The legislative intent as to the adoption statute in general can be gleaned from some of the cases interpreting it. “While it may be true that in some respects the statute as to adoption may be liberally construed, yet, as applied to severance forever of the paternal relation, it must be construed strictly against the applicant and favorably to the parent. See Code of 1863, § 1739; Gay v. State, 105 Ga. 599 (31 SE 569, 70 ASR 68). Under the statutes providing that abandonment may render such consent unnecessary, it is generally held that the abandonment must be such as to show a settled purpose to forego all parental duties and claims.” Glendinning v. McComas, 188 Ga. 345, 347 (3 SE2d 562), affirming the Court of Appeals on certiorari, McComas v. Glendinning, 59 Ga. App. 234 (200 SE 304); Allen v. Morgan, 75 Ga. App. 738, 748 (44 SE2d 500).

To hold, as does the majority, that the non-payment of the child support for any “12 months or longer” period eliminates the necessity for obtaining the father’s consent to the adoption, runs counter to the legislative intent of hesitancy to sever the *885paternal relation forever.
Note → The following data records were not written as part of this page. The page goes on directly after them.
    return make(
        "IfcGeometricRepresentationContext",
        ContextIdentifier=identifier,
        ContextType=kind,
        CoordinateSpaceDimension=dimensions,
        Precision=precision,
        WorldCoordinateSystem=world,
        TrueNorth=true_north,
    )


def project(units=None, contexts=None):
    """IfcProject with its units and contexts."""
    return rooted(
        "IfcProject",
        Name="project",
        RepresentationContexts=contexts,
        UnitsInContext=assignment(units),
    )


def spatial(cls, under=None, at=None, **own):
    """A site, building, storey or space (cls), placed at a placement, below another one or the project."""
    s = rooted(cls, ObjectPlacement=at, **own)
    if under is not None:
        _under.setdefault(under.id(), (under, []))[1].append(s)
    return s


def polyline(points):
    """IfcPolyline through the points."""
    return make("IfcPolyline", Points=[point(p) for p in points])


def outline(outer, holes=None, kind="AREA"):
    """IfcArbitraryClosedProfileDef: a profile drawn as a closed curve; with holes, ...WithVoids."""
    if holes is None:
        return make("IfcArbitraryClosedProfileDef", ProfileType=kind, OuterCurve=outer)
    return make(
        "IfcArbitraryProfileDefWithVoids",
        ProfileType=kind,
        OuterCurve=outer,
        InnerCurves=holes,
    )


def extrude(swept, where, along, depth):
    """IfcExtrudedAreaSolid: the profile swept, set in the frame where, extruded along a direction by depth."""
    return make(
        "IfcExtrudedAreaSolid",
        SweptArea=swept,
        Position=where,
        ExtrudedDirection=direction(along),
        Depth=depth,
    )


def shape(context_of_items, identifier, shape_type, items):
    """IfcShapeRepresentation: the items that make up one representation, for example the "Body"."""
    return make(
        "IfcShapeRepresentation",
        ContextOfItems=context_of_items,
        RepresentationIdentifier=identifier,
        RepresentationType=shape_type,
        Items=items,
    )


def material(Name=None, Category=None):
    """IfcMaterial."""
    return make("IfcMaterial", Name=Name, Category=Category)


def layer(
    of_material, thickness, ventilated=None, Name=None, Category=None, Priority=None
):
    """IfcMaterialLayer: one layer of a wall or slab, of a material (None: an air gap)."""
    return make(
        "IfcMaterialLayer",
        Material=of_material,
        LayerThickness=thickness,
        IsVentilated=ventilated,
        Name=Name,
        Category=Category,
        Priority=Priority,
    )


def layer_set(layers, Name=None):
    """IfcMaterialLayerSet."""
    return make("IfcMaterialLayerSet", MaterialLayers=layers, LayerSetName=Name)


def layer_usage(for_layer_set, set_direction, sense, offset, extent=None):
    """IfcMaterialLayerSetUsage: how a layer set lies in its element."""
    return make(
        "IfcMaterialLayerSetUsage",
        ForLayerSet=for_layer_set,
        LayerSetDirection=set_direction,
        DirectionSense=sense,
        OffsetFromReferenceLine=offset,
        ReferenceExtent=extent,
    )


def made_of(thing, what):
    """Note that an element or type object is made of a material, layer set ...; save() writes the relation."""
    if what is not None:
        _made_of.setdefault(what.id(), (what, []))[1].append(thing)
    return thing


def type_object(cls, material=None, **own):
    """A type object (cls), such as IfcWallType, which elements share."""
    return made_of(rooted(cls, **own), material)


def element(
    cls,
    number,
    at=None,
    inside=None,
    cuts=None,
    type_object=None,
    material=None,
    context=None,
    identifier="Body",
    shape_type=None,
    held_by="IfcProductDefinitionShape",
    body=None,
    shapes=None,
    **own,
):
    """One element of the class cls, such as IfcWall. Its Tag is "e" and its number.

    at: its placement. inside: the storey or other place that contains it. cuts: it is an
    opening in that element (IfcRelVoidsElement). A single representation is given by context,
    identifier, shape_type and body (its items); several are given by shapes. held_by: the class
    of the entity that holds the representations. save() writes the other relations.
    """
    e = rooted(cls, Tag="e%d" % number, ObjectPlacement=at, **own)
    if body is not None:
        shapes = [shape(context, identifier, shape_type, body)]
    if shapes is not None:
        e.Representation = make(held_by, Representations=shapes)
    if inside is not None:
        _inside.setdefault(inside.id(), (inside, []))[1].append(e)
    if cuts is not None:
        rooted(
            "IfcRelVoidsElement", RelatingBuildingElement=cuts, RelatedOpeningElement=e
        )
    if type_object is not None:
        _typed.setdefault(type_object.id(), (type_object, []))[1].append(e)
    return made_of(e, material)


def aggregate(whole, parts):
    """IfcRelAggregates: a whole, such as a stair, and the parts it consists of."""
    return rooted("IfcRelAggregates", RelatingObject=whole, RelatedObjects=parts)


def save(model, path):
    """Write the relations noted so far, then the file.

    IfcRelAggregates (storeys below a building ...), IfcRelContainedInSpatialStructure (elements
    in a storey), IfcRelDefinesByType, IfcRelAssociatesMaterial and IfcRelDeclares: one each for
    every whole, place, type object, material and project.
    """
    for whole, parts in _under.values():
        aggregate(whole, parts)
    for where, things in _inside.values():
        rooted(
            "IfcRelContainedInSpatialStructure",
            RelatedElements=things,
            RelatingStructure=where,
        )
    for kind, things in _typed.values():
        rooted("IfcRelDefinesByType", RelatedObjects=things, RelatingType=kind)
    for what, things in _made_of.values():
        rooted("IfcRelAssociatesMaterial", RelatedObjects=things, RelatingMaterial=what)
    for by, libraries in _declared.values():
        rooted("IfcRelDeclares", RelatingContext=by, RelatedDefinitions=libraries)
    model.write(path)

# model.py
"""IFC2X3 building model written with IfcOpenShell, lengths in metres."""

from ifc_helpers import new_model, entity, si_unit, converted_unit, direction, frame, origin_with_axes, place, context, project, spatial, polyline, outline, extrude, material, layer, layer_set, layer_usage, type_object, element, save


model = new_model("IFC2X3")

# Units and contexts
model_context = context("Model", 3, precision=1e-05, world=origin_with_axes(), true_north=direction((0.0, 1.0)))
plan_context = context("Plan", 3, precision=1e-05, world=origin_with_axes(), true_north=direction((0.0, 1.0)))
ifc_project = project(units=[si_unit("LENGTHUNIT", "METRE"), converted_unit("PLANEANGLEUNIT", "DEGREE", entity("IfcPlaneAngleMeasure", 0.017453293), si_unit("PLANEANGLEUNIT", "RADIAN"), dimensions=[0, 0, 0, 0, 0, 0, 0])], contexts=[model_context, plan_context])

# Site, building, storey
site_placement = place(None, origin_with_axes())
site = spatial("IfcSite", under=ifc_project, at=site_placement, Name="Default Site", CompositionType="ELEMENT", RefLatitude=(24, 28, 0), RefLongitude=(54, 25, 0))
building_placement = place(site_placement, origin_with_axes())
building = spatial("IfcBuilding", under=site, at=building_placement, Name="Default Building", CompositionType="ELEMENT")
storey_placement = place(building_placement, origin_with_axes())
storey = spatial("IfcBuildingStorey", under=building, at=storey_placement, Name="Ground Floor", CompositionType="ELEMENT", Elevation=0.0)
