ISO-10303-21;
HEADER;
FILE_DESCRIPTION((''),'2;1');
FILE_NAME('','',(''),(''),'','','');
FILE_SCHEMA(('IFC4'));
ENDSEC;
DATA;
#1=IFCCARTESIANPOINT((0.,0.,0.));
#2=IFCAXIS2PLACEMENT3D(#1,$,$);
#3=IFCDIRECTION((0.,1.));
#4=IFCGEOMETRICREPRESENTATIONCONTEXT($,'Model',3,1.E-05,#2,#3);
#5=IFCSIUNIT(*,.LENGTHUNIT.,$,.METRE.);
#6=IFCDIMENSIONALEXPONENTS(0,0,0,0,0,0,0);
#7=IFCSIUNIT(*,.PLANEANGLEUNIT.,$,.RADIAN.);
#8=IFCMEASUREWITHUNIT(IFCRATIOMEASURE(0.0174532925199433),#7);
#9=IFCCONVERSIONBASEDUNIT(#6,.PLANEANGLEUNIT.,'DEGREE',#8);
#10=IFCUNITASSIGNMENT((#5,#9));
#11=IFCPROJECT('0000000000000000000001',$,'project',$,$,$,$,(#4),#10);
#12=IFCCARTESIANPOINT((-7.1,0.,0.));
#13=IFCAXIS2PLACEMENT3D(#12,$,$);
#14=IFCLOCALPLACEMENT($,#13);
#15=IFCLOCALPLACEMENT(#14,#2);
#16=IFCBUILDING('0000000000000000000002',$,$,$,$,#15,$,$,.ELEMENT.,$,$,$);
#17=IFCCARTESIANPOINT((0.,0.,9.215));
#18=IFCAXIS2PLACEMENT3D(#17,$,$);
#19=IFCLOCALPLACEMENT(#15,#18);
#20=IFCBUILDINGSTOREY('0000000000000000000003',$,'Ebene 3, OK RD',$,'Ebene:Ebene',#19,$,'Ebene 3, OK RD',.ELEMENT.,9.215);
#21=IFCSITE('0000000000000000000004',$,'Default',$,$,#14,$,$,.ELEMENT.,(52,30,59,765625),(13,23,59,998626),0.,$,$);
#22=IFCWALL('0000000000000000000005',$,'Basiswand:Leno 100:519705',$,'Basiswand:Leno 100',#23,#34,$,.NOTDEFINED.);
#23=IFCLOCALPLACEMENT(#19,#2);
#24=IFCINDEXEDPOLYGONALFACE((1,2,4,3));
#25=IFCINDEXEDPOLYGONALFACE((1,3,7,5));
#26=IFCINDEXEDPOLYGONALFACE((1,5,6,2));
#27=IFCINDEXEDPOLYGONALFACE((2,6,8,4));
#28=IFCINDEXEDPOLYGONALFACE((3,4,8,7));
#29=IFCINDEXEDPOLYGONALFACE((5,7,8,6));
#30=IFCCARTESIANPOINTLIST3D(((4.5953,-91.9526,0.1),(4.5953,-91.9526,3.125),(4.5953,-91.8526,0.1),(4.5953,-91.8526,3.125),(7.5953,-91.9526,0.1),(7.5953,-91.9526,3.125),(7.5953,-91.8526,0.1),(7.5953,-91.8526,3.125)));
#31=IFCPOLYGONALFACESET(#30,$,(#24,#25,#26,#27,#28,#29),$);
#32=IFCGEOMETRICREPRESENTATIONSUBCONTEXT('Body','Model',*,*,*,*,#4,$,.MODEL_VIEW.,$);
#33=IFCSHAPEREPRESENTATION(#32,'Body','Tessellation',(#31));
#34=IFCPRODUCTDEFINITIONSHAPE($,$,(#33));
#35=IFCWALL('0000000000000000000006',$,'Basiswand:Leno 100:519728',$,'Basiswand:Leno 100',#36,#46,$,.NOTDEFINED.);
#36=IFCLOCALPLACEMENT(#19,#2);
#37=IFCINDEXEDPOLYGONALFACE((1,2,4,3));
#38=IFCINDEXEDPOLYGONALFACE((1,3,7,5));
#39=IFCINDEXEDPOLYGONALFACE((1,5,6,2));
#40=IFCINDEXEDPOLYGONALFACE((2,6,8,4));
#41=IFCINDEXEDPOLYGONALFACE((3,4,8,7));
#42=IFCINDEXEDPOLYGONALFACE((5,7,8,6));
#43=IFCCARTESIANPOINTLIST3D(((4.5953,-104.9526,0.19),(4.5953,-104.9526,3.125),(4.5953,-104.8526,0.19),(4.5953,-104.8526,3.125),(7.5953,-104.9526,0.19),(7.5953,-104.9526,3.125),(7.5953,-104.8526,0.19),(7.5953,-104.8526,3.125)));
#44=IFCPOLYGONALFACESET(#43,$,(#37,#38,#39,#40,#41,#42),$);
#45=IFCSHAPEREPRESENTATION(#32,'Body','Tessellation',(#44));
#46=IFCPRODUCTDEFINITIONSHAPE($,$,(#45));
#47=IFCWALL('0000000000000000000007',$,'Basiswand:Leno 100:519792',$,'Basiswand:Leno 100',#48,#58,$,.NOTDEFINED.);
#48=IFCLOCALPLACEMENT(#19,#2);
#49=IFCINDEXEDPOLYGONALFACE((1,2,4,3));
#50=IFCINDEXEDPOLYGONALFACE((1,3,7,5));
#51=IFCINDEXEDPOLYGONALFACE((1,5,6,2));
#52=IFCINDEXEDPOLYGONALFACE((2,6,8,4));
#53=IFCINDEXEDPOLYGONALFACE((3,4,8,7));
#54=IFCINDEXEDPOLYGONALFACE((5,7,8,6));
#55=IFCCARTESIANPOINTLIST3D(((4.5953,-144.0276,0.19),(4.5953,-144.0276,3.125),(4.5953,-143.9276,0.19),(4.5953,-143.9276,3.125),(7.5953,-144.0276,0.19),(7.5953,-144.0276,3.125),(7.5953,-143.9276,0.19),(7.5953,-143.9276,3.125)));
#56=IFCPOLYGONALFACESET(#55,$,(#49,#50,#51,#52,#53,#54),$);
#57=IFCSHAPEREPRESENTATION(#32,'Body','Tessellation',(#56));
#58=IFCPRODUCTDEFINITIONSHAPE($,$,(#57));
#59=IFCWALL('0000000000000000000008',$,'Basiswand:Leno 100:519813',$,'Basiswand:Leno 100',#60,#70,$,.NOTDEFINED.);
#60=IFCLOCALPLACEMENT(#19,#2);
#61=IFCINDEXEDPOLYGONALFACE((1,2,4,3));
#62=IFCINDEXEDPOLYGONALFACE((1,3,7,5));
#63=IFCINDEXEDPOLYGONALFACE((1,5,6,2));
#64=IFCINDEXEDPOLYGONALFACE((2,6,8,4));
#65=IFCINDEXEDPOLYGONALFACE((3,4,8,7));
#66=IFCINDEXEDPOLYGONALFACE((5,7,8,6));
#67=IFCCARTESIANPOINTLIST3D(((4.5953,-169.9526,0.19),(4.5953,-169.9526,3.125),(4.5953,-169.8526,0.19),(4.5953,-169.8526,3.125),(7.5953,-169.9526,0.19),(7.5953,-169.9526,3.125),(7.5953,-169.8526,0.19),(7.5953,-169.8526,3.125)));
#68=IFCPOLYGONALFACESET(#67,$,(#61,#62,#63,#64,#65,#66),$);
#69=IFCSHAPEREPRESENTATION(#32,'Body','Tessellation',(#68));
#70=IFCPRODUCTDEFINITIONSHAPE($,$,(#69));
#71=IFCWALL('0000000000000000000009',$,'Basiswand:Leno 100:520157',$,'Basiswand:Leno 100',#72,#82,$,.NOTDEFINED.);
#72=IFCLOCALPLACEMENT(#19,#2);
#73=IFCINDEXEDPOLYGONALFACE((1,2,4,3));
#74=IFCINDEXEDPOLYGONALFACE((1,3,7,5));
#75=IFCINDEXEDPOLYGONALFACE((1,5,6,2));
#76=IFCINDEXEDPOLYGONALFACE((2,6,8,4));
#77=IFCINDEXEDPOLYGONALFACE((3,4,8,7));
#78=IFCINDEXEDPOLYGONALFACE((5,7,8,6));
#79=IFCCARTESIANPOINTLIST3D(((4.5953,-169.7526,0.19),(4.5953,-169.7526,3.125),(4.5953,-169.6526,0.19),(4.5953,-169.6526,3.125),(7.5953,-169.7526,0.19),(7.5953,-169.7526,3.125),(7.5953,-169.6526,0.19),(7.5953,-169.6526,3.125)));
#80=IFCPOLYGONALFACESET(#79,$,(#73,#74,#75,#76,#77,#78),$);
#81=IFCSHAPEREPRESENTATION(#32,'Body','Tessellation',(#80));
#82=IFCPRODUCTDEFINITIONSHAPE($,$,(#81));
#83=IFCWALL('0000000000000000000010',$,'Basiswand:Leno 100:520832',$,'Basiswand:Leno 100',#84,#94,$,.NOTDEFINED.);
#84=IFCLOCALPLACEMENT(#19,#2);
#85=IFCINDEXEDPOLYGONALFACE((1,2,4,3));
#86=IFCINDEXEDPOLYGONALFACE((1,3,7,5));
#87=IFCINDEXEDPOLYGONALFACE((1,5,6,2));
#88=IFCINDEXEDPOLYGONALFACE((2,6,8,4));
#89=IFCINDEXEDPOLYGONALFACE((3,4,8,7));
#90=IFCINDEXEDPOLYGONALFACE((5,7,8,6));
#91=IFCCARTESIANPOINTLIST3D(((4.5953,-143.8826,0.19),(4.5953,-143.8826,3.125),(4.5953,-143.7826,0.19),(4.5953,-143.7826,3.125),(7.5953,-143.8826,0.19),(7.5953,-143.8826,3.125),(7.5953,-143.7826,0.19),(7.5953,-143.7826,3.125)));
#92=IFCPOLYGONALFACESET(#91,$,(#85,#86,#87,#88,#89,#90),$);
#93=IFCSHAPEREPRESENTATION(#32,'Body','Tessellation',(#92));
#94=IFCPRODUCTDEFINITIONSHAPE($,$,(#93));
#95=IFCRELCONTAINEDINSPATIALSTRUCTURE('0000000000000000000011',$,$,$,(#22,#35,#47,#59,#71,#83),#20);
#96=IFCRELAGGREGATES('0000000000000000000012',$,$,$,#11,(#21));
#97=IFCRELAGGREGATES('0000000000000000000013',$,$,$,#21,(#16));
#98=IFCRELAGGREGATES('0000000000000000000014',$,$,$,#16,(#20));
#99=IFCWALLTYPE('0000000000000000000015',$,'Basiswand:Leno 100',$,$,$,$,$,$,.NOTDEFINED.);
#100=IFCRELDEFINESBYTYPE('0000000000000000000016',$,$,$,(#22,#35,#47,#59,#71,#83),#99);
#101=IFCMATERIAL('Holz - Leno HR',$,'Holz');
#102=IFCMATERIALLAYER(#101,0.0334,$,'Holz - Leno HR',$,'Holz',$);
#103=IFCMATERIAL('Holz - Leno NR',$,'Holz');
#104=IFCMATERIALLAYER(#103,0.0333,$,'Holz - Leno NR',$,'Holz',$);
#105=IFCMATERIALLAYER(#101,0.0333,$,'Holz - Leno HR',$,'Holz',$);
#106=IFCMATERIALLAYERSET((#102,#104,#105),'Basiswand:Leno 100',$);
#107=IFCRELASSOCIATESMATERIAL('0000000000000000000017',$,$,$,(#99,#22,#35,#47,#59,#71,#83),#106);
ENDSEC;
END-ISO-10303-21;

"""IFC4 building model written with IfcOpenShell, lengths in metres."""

from ifc_helpers import new_model, entity, si_unit, converted_unit, direction, frame, origin, place, context, subcontext, project, spatial, indexed_curve, outline, extrude, material, layer, layer_set, type_object, element, save


model = new_model("IFC4")

# Units and contexts
model_context = context("Model", 3, precision=1e-05, world=origin(), true_north=direction((0.0, 1.0)))
body_context = subcontext(model_context, "Body", "Model", "MODEL_VIEW")
ifc_project = project(units=[si_unit("LENGTHUNIT", "METRE"), converted_unit("PLANEANGLEUNIT", "DEGREE", entity("IfcRatioMeasure", 0.0174532925199433), si_unit("PLANEANGLEUNIT", "RADIAN"), dimensions=[0, 0, 0, 0, 0, 0, 0])], contexts=[model_context])

# Site, building, storey
site_placement = place(None, frame((-7.1, 0.0, 0.0)))
site = spatial("IfcSite", under=ifc_project, at=site_placement, Name="Default", CompositionType="ELEMENT", RefLatitude=(52, 30, 59, 765625), RefLongitude=(13, 23, 59, 998626), RefElevation=0.0)
building_placement = place(site_placement, origin())
building = spatial("IfcBuilding", under=site, at=building_placement, CompositionType="ELEMENT")
storey_placement = place(building_placement, frame((0.0, 0.0, 9.215)))
storey = spatial("IfcBuildingStorey", under=building, at=storey_placement, Name="Ebene 3, OK RD", ObjectType="Ebene:Ebene", LongName="Ebene 3, OK RD", CompositionType="ELEMENT", Elevation=9.215)

# Shared definitions
ifc_material_1 = material(Name="Holz - Leno HR", Category="Holz")
ifc_material_2 = material(Name="Holz - Leno NR", Category="Holz")

# Walls
ifc_layer_1 = layer(ifc_material_1, 0.0334, Name="Holz - Leno HR", Category="Holz")
ifc_layer_2 = layer(ifc_material_2, 0.0333, Name="Holz - Leno NR", Category="Holz")
ifc_layer_3 = layer(ifc_material_1, 0.0333, Name="Holz - Leno HR", Category="Holz")
ifc_layer_set_1 = layer_set([ifc_layer_1, ifc_layer_2, ifc_layer_3], Name="Basiswand:Leno 100")
wall_type = type_object("IfcWallType", Name="Basiswand:Leno 100", PredefinedType="NOTDEFINED", material=ifc_layer_set_1)
wall_1_placement = place(storey_placement, frame((7.5953, -91.9026, 0.1), z_axis=(0.0, 0.0, 1.0), x_axis=(-1.0, 0.0, 0.0)))
element("IfcWall", 1, at=wall_1_placement, inside=storey, type_object=wall_type, material=ifc_layer_set_1, Name="Basiswand:Leno 100:519705", ObjectType="Basiswand:Leno 100", PredefinedType="NOTDEFINED", context=body_context, shape_type="SweptSolid", body=[
    extrude(outline(indexed_curve([(3.0, 0.05), (0.0, 0.05), (0.0, -0.05), (3.0, -0.05), (3.0, 0.05)], self_intersect=False)), origin(), (0.0, 0.0, 1.0), 3.025),
])
for number, where, z_axis, x_axis, name in (
    (2, (7.5953, -104.9026, 0.19), (0.0, 0.0, 1.0), (-1.0, 0.0, 0.0), "Basiswand:Leno 100:519728"),
    (3, (7.5953, -143.9776, 0.19), (0.0, 0.0, 1.0), (-1.0, 0.0, 0.0), "Basiswand:Leno 100:519792"),
):
    element("IfcWall", number, at=place(storey_placement, frame(where, z_axis=z_axis, x_axis=x_axis)), inside=storey, type_object=wall_type, material=ifc_layer_set_1, Name=name, ObjectType="Basiswand:Leno 100", PredefinedType="NOTDEFINED", context=body_context, shape_type="SweptSolid", body=[
        extrude(outline(indexed_curve([(3.0, 0.05), (0.0, 0.05), (0.0, -0.05), (3.0, -0.05), (3.0, 0.05)], self_intersect=False)), origin(), (0.0, 0.0, 1.0), 2.935),
    ])
for number, where, z_axis, x_axis, name in (
    (4, (7.5953, -169.9026, 0.19), (0.0, 0.0, 1.0), (-1.0, 0.0, 0.0), "Basiswand:Leno 100:519813"),
    (5, (7.5953, -169.7026, 0.19), (0.0, 0.0, 1.0), (-1.0, 0.0, 0.0), "Basiswand:Leno 100:520157"),
):
    element("IfcWall", number, at=place(storey_placement, frame(where, z_axis=z_axis, x_axis=x_axis)), inside=storey, type_object=wall_type, material=ifc_layer_set_1, Name=name, ObjectType="Basiswand:Leno 100", PredefinedType="NOTDEFINED", context=body_context, shape_type="SweptSolid", body=[
        extrude(outline(indexed_curve([(3.0, 0.05), (0.0, 0.05), (0.0, -0.05), (3.0, -0.05), (3.0, 0.05)], self_intersect=False)), origin(), (0.0, 0.0, 1.0), 2.935),
    ])
wall_2_placement = place(storey_placement, frame((7.5953, -143.8326, 0.19), z_axis=(0.0, 0.0, 1.0), x_axis=(-1.0, 0.0, 0.0)))
element("IfcWall", 6, at=wall_2_placement, inside=storey, type_object=wall_type, material=ifc_layer_set_1, Name="Basiswand:Leno 100:520832", ObjectType="Basiswand:Leno 100", PredefinedType="NOTDEFINED", context=body_context, shape_type="SweptSolid", body=[
    extrude(outline(indexed_curve([(3.0, 0.05), (0.0, 0.05), (0.0, -0.05), (3.0, -0.05), (3.0, 0.05)], self_intersect=False)), origin(), (0.0, 0.0, 1.0), 2.935),
])

save(model, "model.ifc")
Another, and perhaps more cogent argument against this construction, is the practical difficulty of deciding in cases such as this one, in which payments were not made for 12 months or longer and then were commenced prior to the filing of the petition for adoption, how far back in point of time the “12 months or longer” period could have occurred and still operate to eliminate the necessity of the father’s consent. A more reasonable construction, in my opinion, would require the “12 months or longer” period to be next preceding and existing at the time of the filing of the petition for adoption. No other construction could explain the use of the words “or longer” as the words “12 months” would be sufficient if the intention were otherwise. It is not alone what is being done under a statute which conclusively determines its intent. What may be done may as well determine intent. Under the ruling of the majority, a man could wilfully refuse to pay court-ordered child support payments for 12 months immediately after the signing of the judgment for child support and for some reason, maybe a change of heart, begin making payments and continue for 10 years and up to the time of a petition for adoption, and be deprived of his right to oppose the adoption without his consent. If this can be done under the law in question, and it can under the majority ruling, I do not see how any reasonable mind can conclude that the majority’s construction of the law is sensible, right or conscionable. Where the father has commenced making payments prior to the filing of the petition, as in the instant case, the question of his abandonment or lack of it should be a matter of fact in which the question of lack of support payments would play no part.

I would reverse the judgment of the trial court in dismissing the father’s objection to the adoption proceedings.

Nichols, P. J, concurs in the dissent.